[Stored data]
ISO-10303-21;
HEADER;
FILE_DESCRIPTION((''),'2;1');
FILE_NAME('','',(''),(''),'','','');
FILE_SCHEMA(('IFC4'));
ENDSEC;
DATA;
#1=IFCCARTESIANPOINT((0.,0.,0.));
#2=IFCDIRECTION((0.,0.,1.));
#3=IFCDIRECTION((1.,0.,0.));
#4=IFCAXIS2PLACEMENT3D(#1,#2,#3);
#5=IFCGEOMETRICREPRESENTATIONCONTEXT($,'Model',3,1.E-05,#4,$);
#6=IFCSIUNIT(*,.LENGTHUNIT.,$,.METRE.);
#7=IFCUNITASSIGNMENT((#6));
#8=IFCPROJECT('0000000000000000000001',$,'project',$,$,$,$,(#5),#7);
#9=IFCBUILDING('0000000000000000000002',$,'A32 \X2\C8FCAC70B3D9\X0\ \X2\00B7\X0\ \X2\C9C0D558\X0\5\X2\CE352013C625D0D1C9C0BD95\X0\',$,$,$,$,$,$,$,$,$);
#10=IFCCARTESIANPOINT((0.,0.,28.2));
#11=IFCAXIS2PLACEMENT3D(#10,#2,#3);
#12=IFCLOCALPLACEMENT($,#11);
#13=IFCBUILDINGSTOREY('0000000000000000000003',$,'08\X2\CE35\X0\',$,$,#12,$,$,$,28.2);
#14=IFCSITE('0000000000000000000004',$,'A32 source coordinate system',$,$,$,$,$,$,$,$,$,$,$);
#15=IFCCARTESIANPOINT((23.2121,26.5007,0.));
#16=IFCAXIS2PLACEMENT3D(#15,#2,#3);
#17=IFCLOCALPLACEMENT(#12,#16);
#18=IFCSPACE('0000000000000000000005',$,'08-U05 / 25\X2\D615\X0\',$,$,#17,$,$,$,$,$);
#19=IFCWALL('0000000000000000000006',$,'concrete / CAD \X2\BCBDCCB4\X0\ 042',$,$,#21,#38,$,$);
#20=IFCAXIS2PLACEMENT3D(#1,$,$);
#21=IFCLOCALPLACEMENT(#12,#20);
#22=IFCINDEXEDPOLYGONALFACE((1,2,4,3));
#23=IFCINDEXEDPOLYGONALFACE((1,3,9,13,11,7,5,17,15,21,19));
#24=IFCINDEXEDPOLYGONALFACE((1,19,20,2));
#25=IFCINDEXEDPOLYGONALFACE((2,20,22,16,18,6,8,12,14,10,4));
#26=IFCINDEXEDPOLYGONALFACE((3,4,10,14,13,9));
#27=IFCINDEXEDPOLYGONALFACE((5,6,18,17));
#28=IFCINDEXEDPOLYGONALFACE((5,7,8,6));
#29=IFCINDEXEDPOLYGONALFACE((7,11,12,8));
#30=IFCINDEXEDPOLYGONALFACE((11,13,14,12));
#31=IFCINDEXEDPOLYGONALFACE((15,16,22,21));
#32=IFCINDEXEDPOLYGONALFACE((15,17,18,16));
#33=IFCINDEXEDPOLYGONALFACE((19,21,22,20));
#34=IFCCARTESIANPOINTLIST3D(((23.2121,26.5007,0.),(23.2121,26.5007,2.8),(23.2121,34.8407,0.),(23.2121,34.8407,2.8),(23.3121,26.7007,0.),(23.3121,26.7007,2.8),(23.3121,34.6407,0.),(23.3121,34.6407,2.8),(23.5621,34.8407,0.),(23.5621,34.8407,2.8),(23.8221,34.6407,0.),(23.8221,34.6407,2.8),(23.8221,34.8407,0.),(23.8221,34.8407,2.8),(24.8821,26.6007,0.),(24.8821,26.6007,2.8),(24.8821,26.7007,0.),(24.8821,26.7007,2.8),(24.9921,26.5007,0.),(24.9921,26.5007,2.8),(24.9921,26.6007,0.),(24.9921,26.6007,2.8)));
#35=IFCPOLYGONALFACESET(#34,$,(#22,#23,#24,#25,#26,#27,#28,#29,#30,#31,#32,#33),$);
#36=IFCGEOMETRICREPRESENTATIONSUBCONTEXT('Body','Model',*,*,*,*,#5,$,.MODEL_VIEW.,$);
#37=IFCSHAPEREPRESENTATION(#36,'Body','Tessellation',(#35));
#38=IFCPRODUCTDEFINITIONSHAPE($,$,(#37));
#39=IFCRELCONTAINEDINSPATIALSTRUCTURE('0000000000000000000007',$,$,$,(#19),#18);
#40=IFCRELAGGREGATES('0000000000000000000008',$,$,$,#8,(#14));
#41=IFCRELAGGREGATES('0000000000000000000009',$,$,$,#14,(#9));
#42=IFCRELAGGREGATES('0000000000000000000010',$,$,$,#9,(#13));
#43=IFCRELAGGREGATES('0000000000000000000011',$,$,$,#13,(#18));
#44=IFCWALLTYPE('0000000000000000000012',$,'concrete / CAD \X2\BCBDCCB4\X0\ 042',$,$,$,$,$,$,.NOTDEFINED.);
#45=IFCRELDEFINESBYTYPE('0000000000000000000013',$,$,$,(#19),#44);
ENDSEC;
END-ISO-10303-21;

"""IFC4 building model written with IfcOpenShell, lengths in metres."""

from ifc_helpers import new_model, si_unit, frame, origin, origin_with_axes, place, context, subcontext, project, spatial, polyline, outline, extrude, source, transform, mapped, type_object, type_shapes, element, save


model = new_model("IFC4")

# Units and contexts
model_context = context("Model", 3, precision=1e-05, world=origin_with_axes())
body_context = subcontext(model_context, "Body", "Model", "MODEL_VIEW")
ifc_project = project(units=[si_unit("LENGTHUNIT", "METRE")], contexts=[model_context])

# Site, building, storey, space
site = spatial("IfcSite", under=ifc_project, Name="A32 source coordinate system")
building = spatial("IfcBuilding", under=site, Name="A32 주거동 · 지하5층–옥탑지붕")
storey_placement = place(None, frame((0.0, 0.0, 28.2), z_axis=(0.0, 0.0, 1.0), x_axis=(1.0, 0.0, 0.0)))
storey = spatial("IfcBuildingStorey", under=building, at=storey_placement, Name="08층", Elevation=28.2)
space_1_placement = place(storey_placement, frame((23.2121, 26.5007, 0.0), z_axis=(0.0, 0.0, 1.0), x_axis=(1.0, 0.0, 0.0)))
space_1 = spatial("IfcSpace", under=storey, at=space_1_placement, Name="08-U05 / 25형")

# Wall
wall_type_1 = type_object("IfcWallType", Name="concrete / CAD 벽체 042", PredefinedType="NOTDEFINED")
shared_shape_1 = source(origin(), body_context, "Body", "SweptSolid", [
    extrude(outline(polyline([(0.1, 8.14), (0.1, 0.2), (1.67, 0.2), (1.67, 0.1), (1.78, 0.1), (1.78, 0.0), (0.0, 0.0), (0.0, 8.34), (0.35, 8.34), (0.35, 8.34), (0.61, 8.34), (0.61, 8.14), (0.1, 8.14)])), origin(), (0.0, 0.0, 1.0), 2.8),
])
type_shapes(wall_type_1, [shared_shape_1])
wall_1_placement = place(space_1_placement, origin_with_axes())
element("IfcWall", 1, at=wall_1_placement, inside=space_1, type_object=wall_type_1, Name="concrete / CAD 벽체 042", context=body_context, shape_type="MappedRepresentation", body=[
    mapped(shared_shape_1, transform((0.0, 0.0, 0.0), scale=1.0)),
])

save(model, "model.ifc")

EXERCISE OBJECTIVE>
Every entry needs to be written out again, exactly as given.

EXERCISE ANSWER>
ISO-10303-21;
HEADER;
FILE_DESCRIPTION((''),'2;1');
FILE_NAME('','',(''),(''),'','','');
FILE_SCHEMA(('IFC4'));
ENDSEC;
DATA;
#1=IFCCARTESIANPOINT((0.,0.,0.));
#2=IFCDIRECTION((0.,0.,1.));
#3=IFCDIRECTION((1.,0.,0.));
#4=IFCAXIS2PLACEMENT3D(#1,#2,#3);
#5=IFCGEOMETRICREPRESENTATIONCONTEXT($,'Model',3,1.E-05,#4,$);
#6=IFCSIUNIT(*,.LENGTHUNIT.,$,.METRE.);
#7=IFCUNITASSIGNMENT((#6));
#8=IFCPROJECT('0000000000000000000001',$,'project',$,$,$,$,(#5),#7);
#9=IFCBUILDING('0000000000000000000002',$,'A32 \X2\C8FCAC70B3D9\X0\ \X2\00B7\X0\ \X2\C9C0D558\X0\5\X2\CE352013C625D0D1C9C0BD95\X0\',$,$,$,$,$,$,$,$,$);
#10=IFCCARTESIANPOINT((0.,0.,28.2));
#11=IFCAXIS2PLACEMENT3D(#10,#2,#3);
#12=IFCLOCALPLACEMENT($,#11);
#13=IFCBUILDINGSTOREY('0000000000000000000003',$,'08\X2\CE35\X0\',$,$,#12,$,$,$,28.2);
#14=IFCSITE('0000000000000000000004',$,'A32 source coordinate system',$,$,$,$,$,$,$,$,$,$,$);
#15=IFCCARTESIANPOINT((23.2121,26.5007,0.));
#16=IFCAXIS2PLACEMENT3D(#15,#2,#3);
#17=IFCLOCALPLACEMENT(#12,#16);
#18=IFCSPACE('0000000000000000000005',$,'08-U05 / 25\X2\D615\X0\',$,$,#17,$,$,$,$,$);
#19=IFCWALL('0000000000000000000006',$,'concrete / CAD \X2\BCBDCCB4\X0\ 042',$,$,#21,#38,$,$);
#20=IFCAXIS2PLACEMENT3D(#1,$,$);
#21=IFCLOCALPLACEMENT(#12,#20);
#22=IFCINDEXEDPOLYGONALFACE((1,2,4,3));
#23=IFCINDEXEDPOLYGONALFACE((1,3,9,13,11,7,5,17,15,21,19));
#24=IFCINDEXEDPOLYGONALFACE((1,19,20,2));
#25=IFCINDEXEDPOLYGONALFACE((2,20,22,16,18,6,8,12,14,10,4));
#26=IFCINDEXEDPOLYGONALFACE((3,4,10,14,13,9));
#27=IFCINDEXEDPOLYGONALFACE((5,6,18,17));
#28=IFCINDEXEDPOLYGONALFACE((5,7,8,6));
#29=IFCINDEXEDPOLYGONALFACE((7,11,12,8));
#30=IFCINDEXEDPOLYGONALFACE((11,13,14,12));
#31=IFCINDEXEDPOLYGONALFACE((15,16,22,21));
#32=IFCINDEXEDPOLYGONALFACE((15,17,18,16));
#33=IFCINDEXEDPOLYGONALFACE((19,21,22,20));
#34=IFCCARTESIANPOINTLIST3D(((23.2121,26.5007,0.),(23.2121,26.5007,2.8),(23.2121,34.8407,0.),(23.2121,34.8407,2.8),(23.3121,26.7007,0.),(23.3121,26.7007,2.8),(23.3121,34.6407,0.),(23.3121,34.6407,2.8),(23.5621,34.8407,0.),(23.5621,34.8407,2.8),(23.8221,34.6407,0.),(23.8221,34.6407,2.8),(23.8221,34.8407,0.),(23.8221,34.8407,2.8),(24.8821,26.6007,0.),(24.8821,26.6007,2.8),(24.8821,26.7007,0.),(24.8821,26.7007,2.8),(24.9921,26.5007,0.),(24.9921,26.5007,2.8),(24.9921,26.6007,0.),(24.9921,26.6007,2.8)));
#35=IFCPOLYGONALFACESET(#34,$,(#22,#23,#24,#25,#26,#27,#28,#29,#30,#31,#32,#33),$);
#36=IFCGEOMETRICREPRESENTATIONSUBCONTEXT('Body','Model',*,*,*,*,#5,$,.MODEL_VIEW.,$);
#37=IFCSHAPEREPRESENTATION(#36,'Body','Tessellation',(#35));
#38=IFCPRODUCTDEFINITIONSHAPE($,$,(#37));
#39=IFCRELCONTAINEDINSPATIALSTRUCTURE('0000000000000000000007',$,$,$,(#19),#18);
#40=IFCRELAGGREGATES('0000000000000000000008',$,$,$,#8,(#14));
#41=IFCRELAGGREGATES('0000000000000000000009',$,$,$,#14,(#9));
#42=IFCRELAGGREGATES('0000000000000000000010',$,$,$,#9,(#13));
#43=IFCRELAGGREGATES('0000000000000000000011',$,$,$,#13,(#18));
#44=IFCWALLTYPE('0000000000000000000012',$,'concrete / CAD \X2\BCBDCCB4\X0\ 042',$,$,$,$,$,$,.NOTDEFINED.);
#45=IFCRELDEFINESBYTYPE('0000000000000000000013',$,$,$,(#19),#44);
ENDSEC;
END-ISO-10303-21;

"""IFC4 building model written with IfcOpenShell, lengths in metres."""

from ifc_helpers import new_model, si_unit, frame, origin, origin_with_axes, place, context, subcontext, project, spatial, polyline, outline, extrude, source, transform, mapped, type_object, type_shapes, element, save


model = new_model("IFC4")

# Units and contexts
model_context = context("Model", 3, precision=1e-05, world=origin_with_axes())
body_context = subcontext(model_context, "Body", "Model", "MODEL_VIEW")
ifc_project = project(units=[si_unit("LENGTHUNIT", "METRE")], contexts=[model_context])

# Site, building, storey, space
site = spatial("IfcSite", under=ifc_project, Name="A32 source coordinate system")
building = spatial("IfcBuilding", under=site, Name="A32 주거동 · 지하5층–옥탑지붕")
storey_placement = place(None, frame((0.0, 0.0, 28.2), z_axis=(0.0, 0.0, 1.0), x_axis=(1.0, 0.0, 0.0)))
storey = spatial("IfcBuildingStorey", under=building, at=storey_placement, Name="08층", Elevation=28.2)
space_1_placement = place(storey_placement, frame((23.2121, 26.5007, 0.0), z_axis=(0.0, 0.0, 1.0), x_axis=(1.0, 0.0, 0.0)))
space_1 = spatial("IfcSpace", under=storey, at=space_1_placement, Name="08-U05 / 25형")

# Wall
wall_type_1 = type_object("IfcWallType", Name="concrete / CAD 벽체 042", PredefinedType="NOTDEFINED")
shared_shape_1 = source(origin(), body_context, "Body", "SweptSolid", [
    extrude(outline(polyline([(0.1, 8.14), (0.1, 0.2), (1.67, 0.2), (1.67, 0.1), (1.78, 0.1), (1.78, 0.0), (0.0, 0.0), (0.0, 8.34), (0.35, 8.34), (0.35, 8.34), (0.61, 8.34), (0.61, 8.14), (0.1, 8.14)])), origin(), (0.0, 0.0, 1.0), 2.8),
])
type_shapes(wall_type_1, [shared_shape_1])
wall_1_placement = place(space_1_placement, origin_with_axes())
element("IfcWall", 1, at=wall_1_placement, inside=space_1, type_object=wall_type_1, Name="concrete / CAD 벽체 042", context=body_context, shape_type="MappedRepresentation", body=[
    mapped(shared_shape_1, transform((0.0, 0.0, 0.0), scale=1.0)),
])

save(model, "model.ifc")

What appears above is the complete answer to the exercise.